C’est en résumé la conclusion de la Commission d’enquête parlementaire, qui a travaillé pendant près de 11 mois pour faire la lumière sur ce qu’on a appelé l’affaire Hainard.

Le contenu du rapport de la CEP a été dévoilé à la presse mercredi matin. Il compte une centaine de pages, il a été constitué sur la base d’un dossier de plus de 6000 pages de documents et après l’audition de 36 personnes. Les quatre membres de la commission, présidée par Veronika Pantillon, ont consacré près de 150 heures à des séances de travail.
 
 
Illégalité
 
Des méthodes inacceptables, inopportunes, déplacées, critiquables. Des méthodes sans doute illégales.

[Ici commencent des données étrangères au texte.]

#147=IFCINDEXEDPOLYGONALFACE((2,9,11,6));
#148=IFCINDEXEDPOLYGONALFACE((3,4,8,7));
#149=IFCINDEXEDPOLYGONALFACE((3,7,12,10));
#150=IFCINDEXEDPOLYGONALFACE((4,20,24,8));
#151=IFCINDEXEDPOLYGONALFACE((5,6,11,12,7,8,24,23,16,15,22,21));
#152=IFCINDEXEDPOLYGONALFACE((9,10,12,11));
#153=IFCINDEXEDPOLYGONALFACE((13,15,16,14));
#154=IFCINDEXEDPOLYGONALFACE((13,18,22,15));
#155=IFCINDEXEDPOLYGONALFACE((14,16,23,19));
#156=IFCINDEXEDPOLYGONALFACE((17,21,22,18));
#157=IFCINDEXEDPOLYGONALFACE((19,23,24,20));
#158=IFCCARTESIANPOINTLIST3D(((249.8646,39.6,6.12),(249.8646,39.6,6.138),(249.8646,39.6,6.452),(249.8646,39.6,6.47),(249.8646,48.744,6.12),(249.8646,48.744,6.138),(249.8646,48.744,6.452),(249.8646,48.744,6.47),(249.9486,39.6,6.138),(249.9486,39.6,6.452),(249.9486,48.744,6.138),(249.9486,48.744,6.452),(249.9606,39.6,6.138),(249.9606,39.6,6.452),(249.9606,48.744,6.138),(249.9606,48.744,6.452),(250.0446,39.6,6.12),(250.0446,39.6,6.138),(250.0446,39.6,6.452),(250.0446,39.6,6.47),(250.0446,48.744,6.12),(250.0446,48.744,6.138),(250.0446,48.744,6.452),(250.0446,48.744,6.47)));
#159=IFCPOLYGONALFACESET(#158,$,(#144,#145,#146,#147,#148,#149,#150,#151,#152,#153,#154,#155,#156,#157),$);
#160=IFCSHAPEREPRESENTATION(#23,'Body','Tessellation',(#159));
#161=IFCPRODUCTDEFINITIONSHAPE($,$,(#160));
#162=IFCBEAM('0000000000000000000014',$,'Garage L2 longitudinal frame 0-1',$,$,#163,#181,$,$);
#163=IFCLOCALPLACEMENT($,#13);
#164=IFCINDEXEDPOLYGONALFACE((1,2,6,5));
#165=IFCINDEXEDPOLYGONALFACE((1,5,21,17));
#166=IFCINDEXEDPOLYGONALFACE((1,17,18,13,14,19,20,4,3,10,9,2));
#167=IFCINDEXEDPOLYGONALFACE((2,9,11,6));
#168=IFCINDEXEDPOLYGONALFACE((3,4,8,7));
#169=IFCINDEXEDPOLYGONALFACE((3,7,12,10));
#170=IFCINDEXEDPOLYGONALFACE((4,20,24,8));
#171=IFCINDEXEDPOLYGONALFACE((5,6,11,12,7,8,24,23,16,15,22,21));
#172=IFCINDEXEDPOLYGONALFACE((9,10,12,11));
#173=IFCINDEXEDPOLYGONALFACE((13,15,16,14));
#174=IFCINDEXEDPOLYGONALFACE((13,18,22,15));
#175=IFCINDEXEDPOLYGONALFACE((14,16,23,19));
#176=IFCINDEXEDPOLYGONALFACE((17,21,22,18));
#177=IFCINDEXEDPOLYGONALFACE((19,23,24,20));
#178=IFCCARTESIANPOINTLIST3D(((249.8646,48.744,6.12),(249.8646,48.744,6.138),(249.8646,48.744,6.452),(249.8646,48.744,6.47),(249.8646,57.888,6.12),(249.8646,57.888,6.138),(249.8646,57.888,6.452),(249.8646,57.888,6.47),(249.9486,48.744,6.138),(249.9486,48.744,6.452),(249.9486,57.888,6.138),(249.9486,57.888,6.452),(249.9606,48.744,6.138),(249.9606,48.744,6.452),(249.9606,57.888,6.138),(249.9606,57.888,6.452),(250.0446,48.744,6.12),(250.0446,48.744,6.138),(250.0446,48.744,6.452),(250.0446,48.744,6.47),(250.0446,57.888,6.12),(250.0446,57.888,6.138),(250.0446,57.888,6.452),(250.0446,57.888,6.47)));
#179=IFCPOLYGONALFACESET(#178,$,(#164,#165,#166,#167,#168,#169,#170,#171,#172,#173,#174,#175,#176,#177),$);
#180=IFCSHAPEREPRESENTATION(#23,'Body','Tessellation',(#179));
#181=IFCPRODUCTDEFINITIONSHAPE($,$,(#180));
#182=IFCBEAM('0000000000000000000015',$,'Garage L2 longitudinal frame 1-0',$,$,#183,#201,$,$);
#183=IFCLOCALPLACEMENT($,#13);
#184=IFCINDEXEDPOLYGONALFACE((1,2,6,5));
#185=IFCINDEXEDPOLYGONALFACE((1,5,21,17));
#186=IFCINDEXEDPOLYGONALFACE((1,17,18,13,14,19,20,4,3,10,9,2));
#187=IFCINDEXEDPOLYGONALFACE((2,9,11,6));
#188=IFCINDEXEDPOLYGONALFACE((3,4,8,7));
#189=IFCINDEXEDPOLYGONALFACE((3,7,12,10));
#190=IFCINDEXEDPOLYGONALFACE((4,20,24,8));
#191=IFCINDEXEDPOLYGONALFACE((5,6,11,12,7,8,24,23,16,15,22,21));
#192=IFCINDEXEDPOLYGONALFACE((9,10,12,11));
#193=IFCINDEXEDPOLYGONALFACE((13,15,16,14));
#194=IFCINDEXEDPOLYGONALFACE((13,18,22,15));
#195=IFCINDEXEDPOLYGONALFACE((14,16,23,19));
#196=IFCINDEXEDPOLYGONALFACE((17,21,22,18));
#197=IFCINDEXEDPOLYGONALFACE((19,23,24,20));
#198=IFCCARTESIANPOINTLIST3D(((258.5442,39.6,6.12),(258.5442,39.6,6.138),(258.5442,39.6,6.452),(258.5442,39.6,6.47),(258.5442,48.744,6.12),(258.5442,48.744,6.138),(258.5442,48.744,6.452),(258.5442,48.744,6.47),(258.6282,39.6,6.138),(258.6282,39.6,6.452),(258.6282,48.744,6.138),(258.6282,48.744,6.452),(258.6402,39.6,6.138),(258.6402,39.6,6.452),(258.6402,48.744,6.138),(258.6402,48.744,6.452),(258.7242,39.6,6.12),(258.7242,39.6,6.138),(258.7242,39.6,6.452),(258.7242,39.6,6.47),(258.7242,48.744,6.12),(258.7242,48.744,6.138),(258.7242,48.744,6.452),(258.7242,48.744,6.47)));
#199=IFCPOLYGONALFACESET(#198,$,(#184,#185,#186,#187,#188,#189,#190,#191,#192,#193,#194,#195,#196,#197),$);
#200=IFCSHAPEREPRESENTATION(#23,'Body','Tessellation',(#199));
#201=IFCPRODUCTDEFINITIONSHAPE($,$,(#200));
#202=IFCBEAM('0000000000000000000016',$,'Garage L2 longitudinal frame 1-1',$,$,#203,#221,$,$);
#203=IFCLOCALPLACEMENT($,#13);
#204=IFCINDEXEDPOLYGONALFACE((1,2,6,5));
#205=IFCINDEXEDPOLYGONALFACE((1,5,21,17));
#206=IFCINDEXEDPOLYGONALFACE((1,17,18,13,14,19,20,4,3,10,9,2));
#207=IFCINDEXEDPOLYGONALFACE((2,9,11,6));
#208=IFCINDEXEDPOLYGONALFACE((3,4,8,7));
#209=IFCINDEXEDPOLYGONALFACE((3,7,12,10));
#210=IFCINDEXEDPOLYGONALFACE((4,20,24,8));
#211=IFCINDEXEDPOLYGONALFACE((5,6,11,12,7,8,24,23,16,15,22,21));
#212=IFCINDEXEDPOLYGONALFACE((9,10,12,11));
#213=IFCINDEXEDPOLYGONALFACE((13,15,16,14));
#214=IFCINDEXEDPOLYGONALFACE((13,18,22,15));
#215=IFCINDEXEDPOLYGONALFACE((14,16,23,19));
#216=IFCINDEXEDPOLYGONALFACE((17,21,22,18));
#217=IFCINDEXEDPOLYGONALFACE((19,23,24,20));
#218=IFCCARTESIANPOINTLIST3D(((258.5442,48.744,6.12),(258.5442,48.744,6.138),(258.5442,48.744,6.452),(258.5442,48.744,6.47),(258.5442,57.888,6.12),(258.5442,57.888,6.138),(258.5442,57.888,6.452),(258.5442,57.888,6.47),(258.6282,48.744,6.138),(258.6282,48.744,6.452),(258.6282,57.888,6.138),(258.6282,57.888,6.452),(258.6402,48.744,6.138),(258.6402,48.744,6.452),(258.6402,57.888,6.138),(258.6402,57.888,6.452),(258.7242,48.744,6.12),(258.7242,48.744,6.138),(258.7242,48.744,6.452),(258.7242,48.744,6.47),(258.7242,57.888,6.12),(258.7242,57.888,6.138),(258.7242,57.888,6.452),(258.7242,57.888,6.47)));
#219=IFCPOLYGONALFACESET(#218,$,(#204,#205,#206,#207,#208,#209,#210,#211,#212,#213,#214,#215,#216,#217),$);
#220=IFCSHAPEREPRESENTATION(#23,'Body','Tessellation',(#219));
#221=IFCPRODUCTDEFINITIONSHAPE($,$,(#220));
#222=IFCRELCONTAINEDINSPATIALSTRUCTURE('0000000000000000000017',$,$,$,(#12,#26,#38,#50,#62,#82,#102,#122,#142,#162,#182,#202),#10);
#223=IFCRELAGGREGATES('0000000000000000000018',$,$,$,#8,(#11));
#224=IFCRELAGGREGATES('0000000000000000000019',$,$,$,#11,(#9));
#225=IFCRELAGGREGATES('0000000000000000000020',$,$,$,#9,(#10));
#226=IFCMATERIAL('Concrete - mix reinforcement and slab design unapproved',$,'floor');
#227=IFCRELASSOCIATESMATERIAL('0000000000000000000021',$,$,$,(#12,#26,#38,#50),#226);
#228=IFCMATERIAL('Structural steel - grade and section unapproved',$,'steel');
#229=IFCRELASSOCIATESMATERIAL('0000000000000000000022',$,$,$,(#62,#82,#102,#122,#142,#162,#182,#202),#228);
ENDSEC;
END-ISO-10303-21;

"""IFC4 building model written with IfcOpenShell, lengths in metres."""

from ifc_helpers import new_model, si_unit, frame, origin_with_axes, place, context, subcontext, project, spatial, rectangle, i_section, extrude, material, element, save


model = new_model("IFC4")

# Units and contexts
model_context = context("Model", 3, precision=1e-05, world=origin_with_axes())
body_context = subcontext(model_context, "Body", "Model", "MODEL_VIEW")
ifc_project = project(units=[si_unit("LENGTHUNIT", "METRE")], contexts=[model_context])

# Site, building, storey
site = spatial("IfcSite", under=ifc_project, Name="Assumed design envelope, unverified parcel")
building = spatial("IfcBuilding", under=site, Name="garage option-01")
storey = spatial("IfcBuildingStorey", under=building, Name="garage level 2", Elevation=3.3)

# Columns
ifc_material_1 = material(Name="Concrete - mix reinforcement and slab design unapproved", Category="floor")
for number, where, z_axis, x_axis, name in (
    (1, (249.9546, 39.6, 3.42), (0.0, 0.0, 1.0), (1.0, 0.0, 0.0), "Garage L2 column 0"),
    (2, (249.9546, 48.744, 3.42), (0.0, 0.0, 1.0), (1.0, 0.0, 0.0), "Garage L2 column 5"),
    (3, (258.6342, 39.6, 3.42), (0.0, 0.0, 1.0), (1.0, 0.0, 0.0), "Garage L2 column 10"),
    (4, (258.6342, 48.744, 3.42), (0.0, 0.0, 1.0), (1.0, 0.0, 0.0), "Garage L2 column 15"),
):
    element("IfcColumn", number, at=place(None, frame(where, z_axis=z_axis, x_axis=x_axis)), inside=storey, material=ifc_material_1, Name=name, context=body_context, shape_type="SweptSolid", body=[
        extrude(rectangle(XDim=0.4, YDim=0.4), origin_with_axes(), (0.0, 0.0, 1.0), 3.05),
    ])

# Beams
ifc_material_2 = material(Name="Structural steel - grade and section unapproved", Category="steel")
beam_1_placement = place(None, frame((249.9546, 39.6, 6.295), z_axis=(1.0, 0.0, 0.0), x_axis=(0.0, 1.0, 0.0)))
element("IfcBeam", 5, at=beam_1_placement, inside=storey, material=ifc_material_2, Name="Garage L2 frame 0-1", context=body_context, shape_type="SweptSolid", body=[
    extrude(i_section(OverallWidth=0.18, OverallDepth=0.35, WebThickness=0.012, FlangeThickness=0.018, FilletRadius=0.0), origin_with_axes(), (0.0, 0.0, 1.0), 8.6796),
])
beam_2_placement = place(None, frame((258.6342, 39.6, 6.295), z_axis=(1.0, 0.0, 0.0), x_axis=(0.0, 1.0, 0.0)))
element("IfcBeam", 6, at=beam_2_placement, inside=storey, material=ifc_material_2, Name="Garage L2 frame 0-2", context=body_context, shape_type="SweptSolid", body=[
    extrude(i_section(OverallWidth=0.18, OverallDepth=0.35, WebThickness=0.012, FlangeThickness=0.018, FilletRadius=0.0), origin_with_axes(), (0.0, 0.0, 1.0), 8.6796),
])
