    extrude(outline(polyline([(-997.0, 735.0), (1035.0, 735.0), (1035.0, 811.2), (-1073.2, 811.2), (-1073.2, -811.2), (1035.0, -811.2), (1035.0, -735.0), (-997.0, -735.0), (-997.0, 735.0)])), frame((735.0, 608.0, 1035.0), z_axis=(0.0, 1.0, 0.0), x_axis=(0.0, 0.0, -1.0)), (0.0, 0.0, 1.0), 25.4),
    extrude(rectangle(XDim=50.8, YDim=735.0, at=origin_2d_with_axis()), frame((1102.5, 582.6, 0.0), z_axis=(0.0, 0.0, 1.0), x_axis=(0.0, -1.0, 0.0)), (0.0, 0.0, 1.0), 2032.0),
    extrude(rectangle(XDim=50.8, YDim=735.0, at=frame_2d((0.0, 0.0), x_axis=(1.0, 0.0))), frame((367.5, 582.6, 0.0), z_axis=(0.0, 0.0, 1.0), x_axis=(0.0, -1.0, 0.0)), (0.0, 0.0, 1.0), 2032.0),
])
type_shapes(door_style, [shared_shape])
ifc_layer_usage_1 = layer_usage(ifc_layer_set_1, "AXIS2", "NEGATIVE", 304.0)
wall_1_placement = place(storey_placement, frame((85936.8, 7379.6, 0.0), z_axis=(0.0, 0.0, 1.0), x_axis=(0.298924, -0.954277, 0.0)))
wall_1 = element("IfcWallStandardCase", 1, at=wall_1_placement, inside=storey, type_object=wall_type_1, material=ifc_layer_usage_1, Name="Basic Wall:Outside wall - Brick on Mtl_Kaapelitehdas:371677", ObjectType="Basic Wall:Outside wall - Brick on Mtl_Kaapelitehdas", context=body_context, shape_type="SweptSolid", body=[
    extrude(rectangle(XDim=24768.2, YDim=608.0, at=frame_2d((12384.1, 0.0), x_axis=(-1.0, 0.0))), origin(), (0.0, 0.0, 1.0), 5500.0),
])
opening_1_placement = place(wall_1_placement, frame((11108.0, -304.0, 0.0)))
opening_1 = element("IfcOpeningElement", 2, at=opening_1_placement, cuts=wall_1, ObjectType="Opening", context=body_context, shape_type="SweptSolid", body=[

L’analyse de la CEP ne laisse planer aucun doute. Son rapport est accablant. Frédéric Hainard a multiplié les erreurs dans sa fonction de conseiller d’Etat. S’il ne l’avait pas donnée de lui-même, la commission aurait conclu ses travaux en demandant sa démission.

Frédéric Hainard est un homme qui a sans doute d’énormes qualités. Au premier contact, elles peuvent séduire, selon la CEP. Malheureusement, ces qualités se transforment vite en de gros défauts, cela en raison de ses traits de caractère. Le rapport décrit notamment l’ex-conseiller d’Etat comme un manipulateur.

Dans l’affaire Olivia, considérée comme la plus grave dans le rapport, Frédéric Hainard a usé de méthodes hautement critiquables, qualifiées de sans doute illégales.
 
 
Orientation policière
 
Il a aussi outrepassé ses compétences en matière de recrutement, lorsqu’il a engagé sa maîtresse. La commission relève qu’elle n’avait pas les compétences requises. Il s’avère par ailleurs que tous les nouveaux collaborateurs engagés à l’Office de contrôle sont issus de la Police neuchâteloise. Frédéric Hainard les connaissait personnellement de l’époque où il était lui-même officier de police. La CEP souligne l’orientation policière donnée à l’office. D’où la naissance de deux clans : les anciens collaborateurs et les nouveaux. De fortes tensions, avec à la clé plusieurs démissions.
 
 
Mensonge
 
Le mensonge est par ailleurs l’un des nombreux reproches adressés à Frédéric Hainard. La CEP constate que le Conseil d’Etat dans son ensemble l’a soutenu après les premiers articles de presse qui dénonçaient sa liaison avec sa collaboratrice. Le libéral-radical a nié auprès de ses collègues, en affirmant qu’il s’agissait d’une connaissance de longue date.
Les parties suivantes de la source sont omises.